Concepción Carhuancho

¿Qué es lo que llevó al magistrado que nos ocupa a prestar las inadecuadas declaraciones? (Foto: Hugo Pérez/ El Comercio)

El juez Richard Concepción Carhuancho fue apartado hace tres días del proceso que acumula los casos Cocteles, Aportes de Campaña y Anotación de Odebrecht (“Aumentar Keiko para 500”) y que se le sigue tanto a la líder de Fuerza Popular (FP) como a otros 51 implicados. La decisión fue adoptada por la Segunda Sala de Apelaciones Nacional del Sistema Especializado en Delitos de Crimen Organizado, al declarar fundada la recusación contra el referido magistrado formulada por el ex secretario general de Fuerza 2011, Jaime Yoshiyama, también comprendido en las pesquisas.

La razón mencionada por la sala para justificar el retiro fue la existencia de ciertas declaraciones del juez a la prensa que habrían creado una “duda sobre su imparcialidad”. Concretamente, lo dicho en una entrevista que concedió el 1 de enero a RPP, tras la remoción de los fiscales Vela y Pérez del Caso Lava Jato, en el sentido de que “hay un partido político que tiene capturado el Ministerio Público”. Cabe recordar que, ante una repregunta de la entrevistadora sobre si se estaba refiriendo a FP, Concepción Carhuancho contestó: “Exactamente”.

En conferencia de prensa ofrecida por los tres integrantes de la sala que acogió el pedido de recusación – los magistrados Octavio Sahuanay, Jéssica León Yarango e Iván Quispe–, estos explicaron por qué tales declaraciones constituían un problema. “El día que [Concepción Carhuancho] sacó la resolución de prisiones preventivas [para Keiko Fujimori y varios otros de los involucrados en el proceso], no había ocurrido la remoción de fiscales. Ahora, el Ministerio Público podrá usar ese tema del cambio de fiscales para un pedido futuro. Es posible y respecto a eso, el juez ya adelantó opinión”, anotó Sahuanay. Mientras que León Yarango observó: “[En su fallo, Concepción Carhuancho] señaló en condicional que habría una captura [del Ministerio Público]. Sin embargo, al momento de brindar la entrevista, él ya concluye, hace afirmaciones concluyentes respecto a la captura de instituciones; en este caso, del Ministerio Público”. Y más adelante, añadió: “No puede hacer afirmaciones de manera categórica porque estamos en una etapa de investigación preparatoria”.

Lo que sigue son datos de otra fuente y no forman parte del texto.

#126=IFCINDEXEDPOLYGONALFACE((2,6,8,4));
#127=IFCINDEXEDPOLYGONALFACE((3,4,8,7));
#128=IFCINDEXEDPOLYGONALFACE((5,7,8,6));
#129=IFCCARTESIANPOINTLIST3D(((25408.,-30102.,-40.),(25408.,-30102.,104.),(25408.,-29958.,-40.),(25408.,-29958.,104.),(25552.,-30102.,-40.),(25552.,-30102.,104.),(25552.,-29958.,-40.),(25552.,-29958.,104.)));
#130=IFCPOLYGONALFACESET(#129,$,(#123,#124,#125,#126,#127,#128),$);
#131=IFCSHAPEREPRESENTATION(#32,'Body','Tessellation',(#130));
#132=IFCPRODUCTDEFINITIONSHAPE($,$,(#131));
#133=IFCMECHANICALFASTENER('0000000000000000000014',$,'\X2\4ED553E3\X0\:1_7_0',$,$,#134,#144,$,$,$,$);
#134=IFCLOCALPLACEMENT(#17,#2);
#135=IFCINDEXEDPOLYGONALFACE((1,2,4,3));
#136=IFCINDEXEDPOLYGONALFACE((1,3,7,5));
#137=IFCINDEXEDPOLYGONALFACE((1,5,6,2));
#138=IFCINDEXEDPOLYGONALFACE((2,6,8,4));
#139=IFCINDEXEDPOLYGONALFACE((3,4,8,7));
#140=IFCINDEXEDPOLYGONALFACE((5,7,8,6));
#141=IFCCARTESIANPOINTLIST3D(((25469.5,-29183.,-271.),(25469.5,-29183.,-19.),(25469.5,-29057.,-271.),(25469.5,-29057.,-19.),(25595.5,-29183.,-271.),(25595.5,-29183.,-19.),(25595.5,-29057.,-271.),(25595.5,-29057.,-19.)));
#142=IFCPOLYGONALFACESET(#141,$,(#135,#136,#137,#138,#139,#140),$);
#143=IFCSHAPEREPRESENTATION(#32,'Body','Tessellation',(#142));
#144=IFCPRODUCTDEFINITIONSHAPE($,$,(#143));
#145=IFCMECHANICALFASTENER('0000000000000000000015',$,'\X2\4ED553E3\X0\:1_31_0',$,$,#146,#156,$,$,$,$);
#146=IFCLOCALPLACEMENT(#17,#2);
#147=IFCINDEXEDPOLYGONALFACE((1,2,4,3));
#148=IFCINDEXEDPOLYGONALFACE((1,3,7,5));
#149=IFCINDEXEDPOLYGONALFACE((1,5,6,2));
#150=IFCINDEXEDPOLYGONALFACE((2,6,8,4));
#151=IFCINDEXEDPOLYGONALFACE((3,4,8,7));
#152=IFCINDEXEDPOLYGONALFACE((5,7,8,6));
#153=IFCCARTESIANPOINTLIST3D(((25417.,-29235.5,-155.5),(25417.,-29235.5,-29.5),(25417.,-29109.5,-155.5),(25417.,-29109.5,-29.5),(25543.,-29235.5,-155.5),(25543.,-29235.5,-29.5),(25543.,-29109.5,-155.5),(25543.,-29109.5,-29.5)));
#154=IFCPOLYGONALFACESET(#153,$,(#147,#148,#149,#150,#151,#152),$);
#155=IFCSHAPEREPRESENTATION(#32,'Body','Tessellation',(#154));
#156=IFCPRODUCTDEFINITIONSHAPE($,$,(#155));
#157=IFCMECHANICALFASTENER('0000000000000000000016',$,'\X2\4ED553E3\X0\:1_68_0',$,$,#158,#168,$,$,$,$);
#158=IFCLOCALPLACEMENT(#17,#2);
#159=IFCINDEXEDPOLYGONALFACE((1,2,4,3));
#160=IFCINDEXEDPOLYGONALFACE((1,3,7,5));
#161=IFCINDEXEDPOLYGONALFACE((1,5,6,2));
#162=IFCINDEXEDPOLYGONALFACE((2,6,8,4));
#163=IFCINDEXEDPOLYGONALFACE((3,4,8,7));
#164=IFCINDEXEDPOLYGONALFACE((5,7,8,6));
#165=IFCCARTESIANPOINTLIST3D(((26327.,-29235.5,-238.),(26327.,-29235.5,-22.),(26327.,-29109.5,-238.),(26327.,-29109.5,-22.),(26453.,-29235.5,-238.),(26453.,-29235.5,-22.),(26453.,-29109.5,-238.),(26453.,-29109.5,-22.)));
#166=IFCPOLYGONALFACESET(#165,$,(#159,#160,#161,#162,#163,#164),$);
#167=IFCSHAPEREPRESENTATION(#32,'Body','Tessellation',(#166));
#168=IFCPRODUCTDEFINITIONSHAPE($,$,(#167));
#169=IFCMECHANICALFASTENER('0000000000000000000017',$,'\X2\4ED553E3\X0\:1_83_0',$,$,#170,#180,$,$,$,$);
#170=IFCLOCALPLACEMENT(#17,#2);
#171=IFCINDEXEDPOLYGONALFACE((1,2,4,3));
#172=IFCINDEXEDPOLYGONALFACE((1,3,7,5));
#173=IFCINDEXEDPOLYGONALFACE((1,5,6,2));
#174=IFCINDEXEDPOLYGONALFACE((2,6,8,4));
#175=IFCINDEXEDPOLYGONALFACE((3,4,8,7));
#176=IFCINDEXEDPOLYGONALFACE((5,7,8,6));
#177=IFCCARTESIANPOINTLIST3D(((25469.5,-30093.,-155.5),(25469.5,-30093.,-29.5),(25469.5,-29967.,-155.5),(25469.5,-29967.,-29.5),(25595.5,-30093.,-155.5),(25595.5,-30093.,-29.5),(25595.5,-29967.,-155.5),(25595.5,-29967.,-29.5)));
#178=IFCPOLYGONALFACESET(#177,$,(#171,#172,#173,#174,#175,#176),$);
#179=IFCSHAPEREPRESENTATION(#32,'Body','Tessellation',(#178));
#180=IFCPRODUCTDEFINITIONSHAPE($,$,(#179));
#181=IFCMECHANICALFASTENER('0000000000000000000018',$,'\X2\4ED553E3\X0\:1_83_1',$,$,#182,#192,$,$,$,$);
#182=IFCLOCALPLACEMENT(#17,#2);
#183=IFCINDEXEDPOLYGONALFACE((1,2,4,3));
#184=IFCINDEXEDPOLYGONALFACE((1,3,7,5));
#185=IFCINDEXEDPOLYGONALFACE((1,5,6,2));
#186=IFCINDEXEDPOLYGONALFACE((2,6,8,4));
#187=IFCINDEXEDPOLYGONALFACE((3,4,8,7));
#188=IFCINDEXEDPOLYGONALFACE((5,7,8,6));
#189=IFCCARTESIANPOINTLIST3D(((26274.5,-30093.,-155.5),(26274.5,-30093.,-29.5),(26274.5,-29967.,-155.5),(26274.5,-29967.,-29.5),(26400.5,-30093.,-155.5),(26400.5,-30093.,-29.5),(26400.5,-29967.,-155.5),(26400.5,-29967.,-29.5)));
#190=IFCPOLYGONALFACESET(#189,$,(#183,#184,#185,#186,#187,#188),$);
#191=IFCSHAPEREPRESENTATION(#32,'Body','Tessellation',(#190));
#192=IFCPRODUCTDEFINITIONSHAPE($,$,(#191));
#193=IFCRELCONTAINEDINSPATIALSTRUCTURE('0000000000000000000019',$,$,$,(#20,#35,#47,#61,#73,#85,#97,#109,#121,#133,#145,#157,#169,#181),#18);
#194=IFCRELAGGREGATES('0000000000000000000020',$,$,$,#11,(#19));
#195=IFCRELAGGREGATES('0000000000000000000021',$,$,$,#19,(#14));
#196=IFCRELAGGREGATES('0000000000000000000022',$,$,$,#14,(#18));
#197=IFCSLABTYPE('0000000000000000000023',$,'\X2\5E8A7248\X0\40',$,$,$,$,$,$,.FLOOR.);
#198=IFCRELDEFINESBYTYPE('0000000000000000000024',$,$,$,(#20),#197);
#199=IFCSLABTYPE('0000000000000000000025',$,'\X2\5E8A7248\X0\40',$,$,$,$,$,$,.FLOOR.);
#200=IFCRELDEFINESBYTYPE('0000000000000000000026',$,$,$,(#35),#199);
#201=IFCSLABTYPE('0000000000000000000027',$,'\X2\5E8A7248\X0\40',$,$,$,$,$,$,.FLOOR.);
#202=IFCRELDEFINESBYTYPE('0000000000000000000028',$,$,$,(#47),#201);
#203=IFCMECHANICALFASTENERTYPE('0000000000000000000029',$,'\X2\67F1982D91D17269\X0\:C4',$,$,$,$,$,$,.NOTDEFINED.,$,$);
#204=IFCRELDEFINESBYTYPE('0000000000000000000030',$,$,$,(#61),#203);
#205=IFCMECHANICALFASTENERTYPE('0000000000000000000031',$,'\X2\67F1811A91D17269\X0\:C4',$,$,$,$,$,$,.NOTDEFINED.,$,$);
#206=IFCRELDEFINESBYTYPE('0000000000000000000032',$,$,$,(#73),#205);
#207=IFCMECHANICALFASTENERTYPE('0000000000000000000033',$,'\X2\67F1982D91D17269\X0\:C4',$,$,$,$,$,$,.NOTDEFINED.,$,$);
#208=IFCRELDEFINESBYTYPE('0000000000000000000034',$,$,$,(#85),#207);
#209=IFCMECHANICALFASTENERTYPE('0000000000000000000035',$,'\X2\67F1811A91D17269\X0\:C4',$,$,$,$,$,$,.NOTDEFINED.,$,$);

Como se sabe, la decisión de la Segunda Sala ha motivado protestas desde distintos sectores de la ciudadanía por cuanto el magistrado afectado por ella ha mostrado en los últimos tiempos una determinación para adoptar medidas particularmente severas a propósito de políticos de toda procedencia poco vista en un sistema de justicia sobre el que pesan más bien sospechas de ser indulgente con los poderosos. En consecuencia, lo que se malicia desde tales sectores es que, en sintonía con los personajes que podían estar sufriendo las consecuencias de ese rigor, se ha buscado un ‘pretexto’ legal para alejar al incómodo juez del proceso que tenía entre manos.

Esto, por supuesto, es especulativo. Podría tener algo de cierto como podría no tenerlo en absoluto. Pero conviene no perder de vista que lo fundamental en este caso es si la objeción jurídica planteada por la defensa de Jaime Yoshiyama y aceptada por la sala tiene sustento o no… Y la verdad es que, casi todas las opiniones especializadas coinciden en que sí lo tiene, con lo que estaríamos ante algo bastante más serio que un pretexto.

Quizás la mejor definición de lo sucedido sea la opinión emitida a través de las redes por la Presidencia del Poder Judicial, en el sentido de que el juez Concepción Carhuancho ha sido apartado del proceso a su cargo “por dar declaraciones que no abonan a su labor como juez, ya que la fundamentación y firmeza de sus resoluciones hablan por sí mismas”.

¿Qué es lo que llevó al magistrado que nos ocupa a prestar las inadecuadas declaraciones? Pues, se diría que un cierto afán de protagonismo que ya se le había señalado en otras oportunidades, pero que esta vez puso en cuestión la asepsia que le corresponde a quien en buena cuenta cumple la función de árbitro en los procesos que tiene bajo su responsabilidad, y que terminó por pasarle la factura.